# Irda usb dongle - Y-160 [SOLVED]

## Koxta

Hi! I'm trying to make this usb dongle work. Does anyone has this (or similar) dongle model? Which kernel module should I use (irda-usb or stir4200)? What should I put into the /etc/conf.d/irda file? 

Any help would be appreciated  :Smile: 

Regards,

Jurek 'Koxta' BartuszekLast edited by Koxta on Sat Aug 14, 2004 12:54 am; edited 1 time in total

----------

## Koxta

Anyone?  :Wink: 

----------

## Koxta

I've just solved it. It works perfectly with stir4200 module.

Regards,

Jurek 'Koxta' Bartuszek

----------

## dextur

I am just trying to get mine working.

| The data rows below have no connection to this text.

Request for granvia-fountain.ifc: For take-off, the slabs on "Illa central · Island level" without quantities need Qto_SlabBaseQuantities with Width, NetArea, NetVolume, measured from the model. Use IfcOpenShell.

First a look at what the model holds.

```python
import ifcopenshell
import ifcopenshell.util.element
import ifcopenshell.util.unit

model = ifcopenshell.open("granvia-fountain.ifc")
print(model.schema)
for unit_type in ("LENGTHUNIT", "AREAUNIT", "VOLUMEUNIT"):
    print(unit_type, ifcopenshell.util.unit.calculate_unit_scale(model, unit_type))
storey = next(s for s in model.by_type("IfcBuildingStorey") if s.Name == "Illa central · Island level")
slabs = [e for e in ifcopenshell.util.element.get_decomposition(storey) if e.is_a("IfcSlab")]
for e in sorted(slabs, key=lambda e: e.id()):
    print(e.id(), e.is_a(), e.Name, list(ifcopenshell.util.element.get_psets(e, qtos_only=True)), sep=" | ")
```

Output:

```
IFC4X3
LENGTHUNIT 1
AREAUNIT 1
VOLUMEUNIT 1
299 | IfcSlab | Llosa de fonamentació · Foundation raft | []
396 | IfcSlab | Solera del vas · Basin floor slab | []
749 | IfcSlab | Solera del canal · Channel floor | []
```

```python
import ifcopenshell
import ifcopenshell.api.pset
import ifcopenshell.geom
import ifcopenshell.util.element
import ifcopenshell.util.shape
import ifcopenshell.util.unit

model = ifcopenshell.open("granvia-fountain.ifc")
unit_scale = ifcopenshell.util.unit.calculate_unit_scale(model)
area_scale = ifcopenshell.util.unit.calculate_unit_scale(model, "AREAUNIT")
volume_scale = ifcopenshell.util.unit.calculate_unit_scale(model, "VOLUMEUNIT")
settings = ifcopenshell.geom.settings()

storey = next(s for s in model.by_type("IfcBuildingStorey") if s.Name == "Illa central · Island level")
slabs = [e for e in ifcopenshell.util.element.get_decomposition(storey) if e.is_a("IfcSlab")]

for e in sorted(slabs, key=lambda e: e.id()):
    if ifcopenshell.util.element.get_psets(e, qtos_only=True, should_inherit=False):
        continue
    # Geometry comes back in metres, in the element's own axes.
    shape = ifcopenshell.geom.create_shape(settings, e)
    values = {
        "Width": ifcopenshell.util.shape.get_z(shape.geometry) / unit_scale,
        "NetArea": ifcopenshell.util.shape.get_footprint_area(shape.geometry) / area_scale,
        "NetVolume": ifcopenshell.util.shape.get_volume(shape.geometry) / volume_scale,
    }
    qto = ifcopenshell.api.pset.add_qto(model, product=e, name="Qto_SlabBaseQuantities")
    ifcopenshell.api.pset.edit_qto(model, qto=qto, properties=values)
    print(e.id(), {k: round(v, 3) for k, v in values.items()})

model.write("granvia-fountain_edited.ifc")
```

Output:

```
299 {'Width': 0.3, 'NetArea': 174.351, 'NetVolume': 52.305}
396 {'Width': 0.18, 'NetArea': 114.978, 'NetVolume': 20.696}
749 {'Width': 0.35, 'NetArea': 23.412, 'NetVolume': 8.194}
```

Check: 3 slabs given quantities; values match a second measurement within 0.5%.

Could you tell me what you had to do?

----------

## Koxta

Well, not much  :Wink:  I've just compiled the stir4200 support as a module and during boot Gentoo detects the Sigmatel dongle and loads stir4200 automatically  :Smile: 

Regards,

Jurek 'Koxta' Bartuszek

----------

## kLy

hi. I know this is an old thread but can koxta tell me how he got the thing to work?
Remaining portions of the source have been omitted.